▶ [Try it]:
Check each line below for the word "IFCUNITASSIGNMENT", then please report how many lines have it and nothing more.

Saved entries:
•••
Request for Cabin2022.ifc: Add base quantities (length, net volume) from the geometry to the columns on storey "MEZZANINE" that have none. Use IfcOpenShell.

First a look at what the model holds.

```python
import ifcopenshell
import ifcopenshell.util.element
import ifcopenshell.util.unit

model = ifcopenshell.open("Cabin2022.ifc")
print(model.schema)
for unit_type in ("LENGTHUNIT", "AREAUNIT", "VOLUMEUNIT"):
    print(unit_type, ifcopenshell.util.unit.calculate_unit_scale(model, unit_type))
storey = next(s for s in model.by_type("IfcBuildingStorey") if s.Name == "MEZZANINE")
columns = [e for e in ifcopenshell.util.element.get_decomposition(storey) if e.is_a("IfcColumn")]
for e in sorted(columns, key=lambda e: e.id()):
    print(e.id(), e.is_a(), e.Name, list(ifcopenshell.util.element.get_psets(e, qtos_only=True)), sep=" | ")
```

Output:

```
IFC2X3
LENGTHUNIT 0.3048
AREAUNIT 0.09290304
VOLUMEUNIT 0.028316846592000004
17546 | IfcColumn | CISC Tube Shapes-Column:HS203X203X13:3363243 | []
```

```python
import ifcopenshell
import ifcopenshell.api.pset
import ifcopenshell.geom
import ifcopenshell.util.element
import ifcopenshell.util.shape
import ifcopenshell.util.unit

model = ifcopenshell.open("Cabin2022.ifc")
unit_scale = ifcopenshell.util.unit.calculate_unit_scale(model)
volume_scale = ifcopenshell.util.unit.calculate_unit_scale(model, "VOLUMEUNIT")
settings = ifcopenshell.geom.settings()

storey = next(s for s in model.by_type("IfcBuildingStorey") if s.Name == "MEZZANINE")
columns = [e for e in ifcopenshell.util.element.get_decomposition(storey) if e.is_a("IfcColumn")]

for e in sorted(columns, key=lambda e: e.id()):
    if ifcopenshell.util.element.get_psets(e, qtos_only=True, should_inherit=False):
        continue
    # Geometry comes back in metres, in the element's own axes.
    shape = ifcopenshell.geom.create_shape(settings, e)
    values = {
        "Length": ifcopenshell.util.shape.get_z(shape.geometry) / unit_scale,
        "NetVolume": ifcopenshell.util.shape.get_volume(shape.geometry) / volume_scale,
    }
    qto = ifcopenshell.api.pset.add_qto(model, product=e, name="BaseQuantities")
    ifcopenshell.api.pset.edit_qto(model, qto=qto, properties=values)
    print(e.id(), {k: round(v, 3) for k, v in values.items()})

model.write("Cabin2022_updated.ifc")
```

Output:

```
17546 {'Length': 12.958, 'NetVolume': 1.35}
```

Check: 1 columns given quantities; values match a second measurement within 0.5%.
•••
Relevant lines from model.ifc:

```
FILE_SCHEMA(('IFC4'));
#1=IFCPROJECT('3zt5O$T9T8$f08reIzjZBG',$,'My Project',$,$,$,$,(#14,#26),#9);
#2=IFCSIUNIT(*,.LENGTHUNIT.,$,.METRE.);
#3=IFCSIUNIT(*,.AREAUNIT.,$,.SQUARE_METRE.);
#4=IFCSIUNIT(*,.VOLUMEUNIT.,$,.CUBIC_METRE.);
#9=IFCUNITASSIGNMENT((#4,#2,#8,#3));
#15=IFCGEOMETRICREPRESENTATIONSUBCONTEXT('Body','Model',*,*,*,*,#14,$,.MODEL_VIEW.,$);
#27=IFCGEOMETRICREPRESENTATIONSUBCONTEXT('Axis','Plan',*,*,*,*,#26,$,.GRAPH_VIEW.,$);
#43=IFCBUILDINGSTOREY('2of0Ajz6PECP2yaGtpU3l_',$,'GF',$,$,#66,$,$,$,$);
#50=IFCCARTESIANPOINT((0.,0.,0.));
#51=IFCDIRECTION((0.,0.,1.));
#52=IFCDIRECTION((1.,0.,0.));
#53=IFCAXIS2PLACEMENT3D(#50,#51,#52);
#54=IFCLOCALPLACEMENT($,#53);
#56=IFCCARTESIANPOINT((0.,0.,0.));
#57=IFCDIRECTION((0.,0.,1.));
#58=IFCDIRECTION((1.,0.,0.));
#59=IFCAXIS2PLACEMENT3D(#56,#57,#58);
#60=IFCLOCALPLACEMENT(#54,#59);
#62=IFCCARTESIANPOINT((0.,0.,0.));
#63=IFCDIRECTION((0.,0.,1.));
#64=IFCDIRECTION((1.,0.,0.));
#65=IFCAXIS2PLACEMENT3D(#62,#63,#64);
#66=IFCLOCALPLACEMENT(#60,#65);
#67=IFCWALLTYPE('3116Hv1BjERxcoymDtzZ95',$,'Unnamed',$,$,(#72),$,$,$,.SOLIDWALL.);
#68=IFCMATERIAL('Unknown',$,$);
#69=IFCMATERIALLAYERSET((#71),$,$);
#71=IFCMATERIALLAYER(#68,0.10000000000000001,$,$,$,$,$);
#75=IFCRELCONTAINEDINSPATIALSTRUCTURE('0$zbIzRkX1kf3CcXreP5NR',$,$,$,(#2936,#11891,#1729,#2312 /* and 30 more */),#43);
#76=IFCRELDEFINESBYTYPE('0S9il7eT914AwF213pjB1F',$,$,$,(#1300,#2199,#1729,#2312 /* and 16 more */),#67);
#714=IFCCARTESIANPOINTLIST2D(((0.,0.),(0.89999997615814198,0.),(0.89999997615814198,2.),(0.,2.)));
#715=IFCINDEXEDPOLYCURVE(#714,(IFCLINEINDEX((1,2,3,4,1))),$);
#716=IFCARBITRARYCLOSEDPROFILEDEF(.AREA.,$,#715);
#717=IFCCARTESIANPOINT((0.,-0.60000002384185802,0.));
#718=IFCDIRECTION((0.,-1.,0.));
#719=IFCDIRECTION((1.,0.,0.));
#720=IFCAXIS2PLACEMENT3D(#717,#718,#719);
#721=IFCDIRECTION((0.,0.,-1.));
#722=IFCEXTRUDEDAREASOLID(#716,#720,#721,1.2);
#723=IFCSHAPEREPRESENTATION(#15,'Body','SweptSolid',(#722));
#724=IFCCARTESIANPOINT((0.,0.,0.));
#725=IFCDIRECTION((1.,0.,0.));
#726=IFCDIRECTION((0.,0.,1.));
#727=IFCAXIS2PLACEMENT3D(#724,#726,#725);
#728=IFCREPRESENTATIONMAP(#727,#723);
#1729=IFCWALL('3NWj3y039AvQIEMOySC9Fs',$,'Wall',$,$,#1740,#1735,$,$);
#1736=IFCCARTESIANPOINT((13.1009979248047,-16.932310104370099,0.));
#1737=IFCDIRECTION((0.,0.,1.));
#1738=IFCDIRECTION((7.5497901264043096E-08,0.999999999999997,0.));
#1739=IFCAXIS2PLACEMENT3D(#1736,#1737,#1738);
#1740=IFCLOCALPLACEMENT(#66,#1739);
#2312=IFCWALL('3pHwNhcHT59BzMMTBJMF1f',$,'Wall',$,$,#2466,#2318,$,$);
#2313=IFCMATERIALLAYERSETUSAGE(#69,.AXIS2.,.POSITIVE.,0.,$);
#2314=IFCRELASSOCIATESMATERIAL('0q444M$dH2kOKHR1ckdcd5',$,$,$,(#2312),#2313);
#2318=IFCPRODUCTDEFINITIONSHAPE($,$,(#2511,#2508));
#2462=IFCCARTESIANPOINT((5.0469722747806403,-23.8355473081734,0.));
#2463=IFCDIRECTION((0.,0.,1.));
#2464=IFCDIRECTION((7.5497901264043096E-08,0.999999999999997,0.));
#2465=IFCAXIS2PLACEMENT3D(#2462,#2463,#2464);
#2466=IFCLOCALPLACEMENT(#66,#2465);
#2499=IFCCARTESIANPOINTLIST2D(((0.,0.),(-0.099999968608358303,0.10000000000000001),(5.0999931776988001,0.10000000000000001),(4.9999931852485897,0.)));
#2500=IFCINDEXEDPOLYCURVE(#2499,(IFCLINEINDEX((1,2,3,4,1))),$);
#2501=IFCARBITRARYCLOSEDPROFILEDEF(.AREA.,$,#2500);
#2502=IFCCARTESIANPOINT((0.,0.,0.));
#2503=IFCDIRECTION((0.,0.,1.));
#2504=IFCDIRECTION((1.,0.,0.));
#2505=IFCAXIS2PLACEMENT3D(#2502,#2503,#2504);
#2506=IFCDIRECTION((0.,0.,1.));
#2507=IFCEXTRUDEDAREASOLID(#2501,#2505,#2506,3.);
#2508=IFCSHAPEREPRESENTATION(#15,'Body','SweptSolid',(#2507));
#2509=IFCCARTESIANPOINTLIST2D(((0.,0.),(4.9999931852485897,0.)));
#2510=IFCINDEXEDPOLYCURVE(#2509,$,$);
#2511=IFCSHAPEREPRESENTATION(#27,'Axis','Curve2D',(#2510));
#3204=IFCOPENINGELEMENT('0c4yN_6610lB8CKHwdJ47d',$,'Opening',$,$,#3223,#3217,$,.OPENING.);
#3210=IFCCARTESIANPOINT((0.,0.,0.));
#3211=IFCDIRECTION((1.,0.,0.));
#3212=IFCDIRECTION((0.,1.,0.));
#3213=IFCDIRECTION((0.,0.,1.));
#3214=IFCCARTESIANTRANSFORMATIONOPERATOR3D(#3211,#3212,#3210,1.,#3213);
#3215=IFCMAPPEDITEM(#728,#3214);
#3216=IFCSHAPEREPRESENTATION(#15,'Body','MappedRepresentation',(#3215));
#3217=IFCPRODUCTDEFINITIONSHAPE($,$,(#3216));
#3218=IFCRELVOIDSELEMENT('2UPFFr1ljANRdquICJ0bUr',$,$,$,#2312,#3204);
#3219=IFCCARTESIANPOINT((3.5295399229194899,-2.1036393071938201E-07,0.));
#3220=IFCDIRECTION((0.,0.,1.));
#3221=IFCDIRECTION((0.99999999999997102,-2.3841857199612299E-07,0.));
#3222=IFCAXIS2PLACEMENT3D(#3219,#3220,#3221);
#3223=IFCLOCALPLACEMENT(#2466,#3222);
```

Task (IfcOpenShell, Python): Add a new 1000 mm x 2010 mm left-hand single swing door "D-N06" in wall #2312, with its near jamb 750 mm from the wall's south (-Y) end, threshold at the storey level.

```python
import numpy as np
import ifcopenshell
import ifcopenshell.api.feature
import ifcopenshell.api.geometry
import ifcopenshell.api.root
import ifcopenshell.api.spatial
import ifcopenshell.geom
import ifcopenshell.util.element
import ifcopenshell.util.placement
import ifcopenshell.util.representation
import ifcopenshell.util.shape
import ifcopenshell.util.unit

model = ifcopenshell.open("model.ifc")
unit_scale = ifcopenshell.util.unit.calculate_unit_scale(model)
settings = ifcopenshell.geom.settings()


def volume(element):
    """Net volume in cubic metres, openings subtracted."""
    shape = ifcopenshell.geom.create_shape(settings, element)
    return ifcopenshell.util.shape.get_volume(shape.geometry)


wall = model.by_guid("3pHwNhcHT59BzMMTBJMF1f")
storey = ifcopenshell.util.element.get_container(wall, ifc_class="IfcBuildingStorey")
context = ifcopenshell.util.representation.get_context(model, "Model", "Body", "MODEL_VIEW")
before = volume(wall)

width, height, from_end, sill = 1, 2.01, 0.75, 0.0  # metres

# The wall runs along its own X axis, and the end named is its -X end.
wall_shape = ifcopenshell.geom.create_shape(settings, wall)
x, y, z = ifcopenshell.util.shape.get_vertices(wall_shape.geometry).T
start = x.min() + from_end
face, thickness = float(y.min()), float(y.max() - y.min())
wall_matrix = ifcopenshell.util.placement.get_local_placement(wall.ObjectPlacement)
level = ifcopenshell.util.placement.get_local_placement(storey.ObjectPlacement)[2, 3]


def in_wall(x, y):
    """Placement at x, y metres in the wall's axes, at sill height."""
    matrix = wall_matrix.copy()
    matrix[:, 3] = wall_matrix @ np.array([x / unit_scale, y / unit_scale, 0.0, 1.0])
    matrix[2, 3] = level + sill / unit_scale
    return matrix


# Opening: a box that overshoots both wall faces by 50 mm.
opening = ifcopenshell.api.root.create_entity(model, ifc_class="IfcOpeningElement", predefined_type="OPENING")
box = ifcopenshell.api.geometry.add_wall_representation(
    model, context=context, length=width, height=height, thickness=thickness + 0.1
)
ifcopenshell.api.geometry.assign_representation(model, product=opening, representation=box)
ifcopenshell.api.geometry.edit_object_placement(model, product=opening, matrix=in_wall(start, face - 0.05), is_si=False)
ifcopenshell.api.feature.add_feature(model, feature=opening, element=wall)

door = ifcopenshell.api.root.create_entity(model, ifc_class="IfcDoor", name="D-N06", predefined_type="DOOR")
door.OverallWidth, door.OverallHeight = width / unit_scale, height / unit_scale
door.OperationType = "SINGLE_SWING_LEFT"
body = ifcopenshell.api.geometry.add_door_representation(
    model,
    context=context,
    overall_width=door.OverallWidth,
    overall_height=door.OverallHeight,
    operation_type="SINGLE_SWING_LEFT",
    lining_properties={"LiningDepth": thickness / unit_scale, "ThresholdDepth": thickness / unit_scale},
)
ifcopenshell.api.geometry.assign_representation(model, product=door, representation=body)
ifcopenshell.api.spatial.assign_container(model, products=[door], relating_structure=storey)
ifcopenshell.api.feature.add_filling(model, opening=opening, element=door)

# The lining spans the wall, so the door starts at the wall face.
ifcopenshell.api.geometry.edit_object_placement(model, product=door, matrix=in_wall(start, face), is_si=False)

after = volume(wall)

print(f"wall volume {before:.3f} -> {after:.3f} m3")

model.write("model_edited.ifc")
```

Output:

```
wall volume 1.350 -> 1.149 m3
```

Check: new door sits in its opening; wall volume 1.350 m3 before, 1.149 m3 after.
•••
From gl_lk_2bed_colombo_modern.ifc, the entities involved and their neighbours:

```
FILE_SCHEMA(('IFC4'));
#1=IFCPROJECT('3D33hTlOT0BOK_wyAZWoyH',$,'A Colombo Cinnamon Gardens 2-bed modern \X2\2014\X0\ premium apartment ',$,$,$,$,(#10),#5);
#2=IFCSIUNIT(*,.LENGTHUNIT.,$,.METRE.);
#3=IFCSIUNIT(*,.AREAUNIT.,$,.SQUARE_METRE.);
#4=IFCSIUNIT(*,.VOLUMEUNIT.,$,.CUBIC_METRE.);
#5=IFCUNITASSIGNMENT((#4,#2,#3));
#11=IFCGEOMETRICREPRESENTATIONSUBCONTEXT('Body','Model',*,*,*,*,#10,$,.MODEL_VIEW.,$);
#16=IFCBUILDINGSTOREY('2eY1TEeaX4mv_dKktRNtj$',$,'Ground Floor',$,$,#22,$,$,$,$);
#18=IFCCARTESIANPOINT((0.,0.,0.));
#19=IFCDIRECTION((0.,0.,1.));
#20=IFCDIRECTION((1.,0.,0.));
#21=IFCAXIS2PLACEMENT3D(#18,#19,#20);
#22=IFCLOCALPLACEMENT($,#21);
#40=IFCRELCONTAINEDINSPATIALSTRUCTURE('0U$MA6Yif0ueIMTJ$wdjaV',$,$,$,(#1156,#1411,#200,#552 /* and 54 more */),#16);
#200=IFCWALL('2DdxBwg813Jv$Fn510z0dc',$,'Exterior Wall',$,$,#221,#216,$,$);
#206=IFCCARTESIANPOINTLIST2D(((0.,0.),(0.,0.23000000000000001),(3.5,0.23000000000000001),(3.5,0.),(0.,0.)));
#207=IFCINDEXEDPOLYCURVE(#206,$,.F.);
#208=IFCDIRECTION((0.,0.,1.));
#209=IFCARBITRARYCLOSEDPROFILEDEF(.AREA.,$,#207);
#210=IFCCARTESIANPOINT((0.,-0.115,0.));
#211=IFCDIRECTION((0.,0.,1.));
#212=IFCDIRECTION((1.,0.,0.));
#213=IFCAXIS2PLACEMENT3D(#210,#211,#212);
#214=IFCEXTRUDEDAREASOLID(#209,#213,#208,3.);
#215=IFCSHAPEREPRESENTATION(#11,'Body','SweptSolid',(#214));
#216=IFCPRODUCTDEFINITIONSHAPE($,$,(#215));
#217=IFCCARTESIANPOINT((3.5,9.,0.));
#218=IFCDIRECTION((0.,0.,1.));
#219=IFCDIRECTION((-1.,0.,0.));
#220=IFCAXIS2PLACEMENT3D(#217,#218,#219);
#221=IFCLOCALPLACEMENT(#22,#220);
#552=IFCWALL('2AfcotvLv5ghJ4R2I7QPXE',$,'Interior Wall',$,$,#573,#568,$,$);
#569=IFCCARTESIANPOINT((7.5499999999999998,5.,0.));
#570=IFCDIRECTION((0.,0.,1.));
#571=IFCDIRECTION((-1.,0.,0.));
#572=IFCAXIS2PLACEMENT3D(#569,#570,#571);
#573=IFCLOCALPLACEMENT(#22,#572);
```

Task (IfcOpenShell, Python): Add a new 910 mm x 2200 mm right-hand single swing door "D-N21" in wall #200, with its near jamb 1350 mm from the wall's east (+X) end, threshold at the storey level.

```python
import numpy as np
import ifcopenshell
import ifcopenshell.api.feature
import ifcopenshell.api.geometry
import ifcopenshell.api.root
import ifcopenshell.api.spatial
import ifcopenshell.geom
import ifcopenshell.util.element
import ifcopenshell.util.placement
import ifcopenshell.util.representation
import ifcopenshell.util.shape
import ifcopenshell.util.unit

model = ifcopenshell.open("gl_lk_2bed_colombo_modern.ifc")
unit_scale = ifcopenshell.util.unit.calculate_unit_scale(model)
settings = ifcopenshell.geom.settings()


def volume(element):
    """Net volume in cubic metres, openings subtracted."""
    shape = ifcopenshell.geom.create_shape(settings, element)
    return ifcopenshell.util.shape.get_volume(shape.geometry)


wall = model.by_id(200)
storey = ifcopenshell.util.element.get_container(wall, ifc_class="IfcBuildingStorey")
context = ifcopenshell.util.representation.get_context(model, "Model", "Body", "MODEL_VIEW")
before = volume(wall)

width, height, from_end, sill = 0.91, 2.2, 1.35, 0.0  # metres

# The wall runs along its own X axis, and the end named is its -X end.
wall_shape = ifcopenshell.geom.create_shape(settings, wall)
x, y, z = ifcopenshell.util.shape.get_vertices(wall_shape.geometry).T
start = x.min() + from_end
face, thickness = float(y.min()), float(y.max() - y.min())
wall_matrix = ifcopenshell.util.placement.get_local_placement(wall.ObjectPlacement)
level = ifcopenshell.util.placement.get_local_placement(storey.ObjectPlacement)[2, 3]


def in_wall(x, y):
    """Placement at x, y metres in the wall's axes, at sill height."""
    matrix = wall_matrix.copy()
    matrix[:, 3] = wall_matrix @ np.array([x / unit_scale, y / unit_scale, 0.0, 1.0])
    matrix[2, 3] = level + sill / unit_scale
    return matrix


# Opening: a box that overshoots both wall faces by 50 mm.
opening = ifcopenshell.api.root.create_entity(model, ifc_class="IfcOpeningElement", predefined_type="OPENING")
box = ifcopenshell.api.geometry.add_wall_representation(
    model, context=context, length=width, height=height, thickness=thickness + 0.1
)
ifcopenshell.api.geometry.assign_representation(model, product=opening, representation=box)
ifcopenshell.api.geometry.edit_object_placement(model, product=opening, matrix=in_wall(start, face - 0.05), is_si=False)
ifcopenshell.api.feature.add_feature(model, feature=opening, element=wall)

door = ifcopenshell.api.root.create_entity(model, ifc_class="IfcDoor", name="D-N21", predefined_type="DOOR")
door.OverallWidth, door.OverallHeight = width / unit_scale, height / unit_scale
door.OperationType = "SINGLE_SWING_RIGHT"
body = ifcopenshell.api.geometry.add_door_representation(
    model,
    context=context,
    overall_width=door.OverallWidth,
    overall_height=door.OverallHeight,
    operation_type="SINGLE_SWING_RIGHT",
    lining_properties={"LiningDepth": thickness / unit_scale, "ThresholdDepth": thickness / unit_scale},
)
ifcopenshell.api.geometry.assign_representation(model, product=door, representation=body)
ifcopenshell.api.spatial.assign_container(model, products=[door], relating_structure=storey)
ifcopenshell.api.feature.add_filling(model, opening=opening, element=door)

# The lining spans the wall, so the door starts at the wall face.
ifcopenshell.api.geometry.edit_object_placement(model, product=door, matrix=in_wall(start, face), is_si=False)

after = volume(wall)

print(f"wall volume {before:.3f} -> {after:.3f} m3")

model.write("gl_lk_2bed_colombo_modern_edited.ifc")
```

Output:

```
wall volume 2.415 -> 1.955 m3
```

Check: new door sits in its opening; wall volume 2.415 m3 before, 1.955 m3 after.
•••
▶ [Expected answer]:
2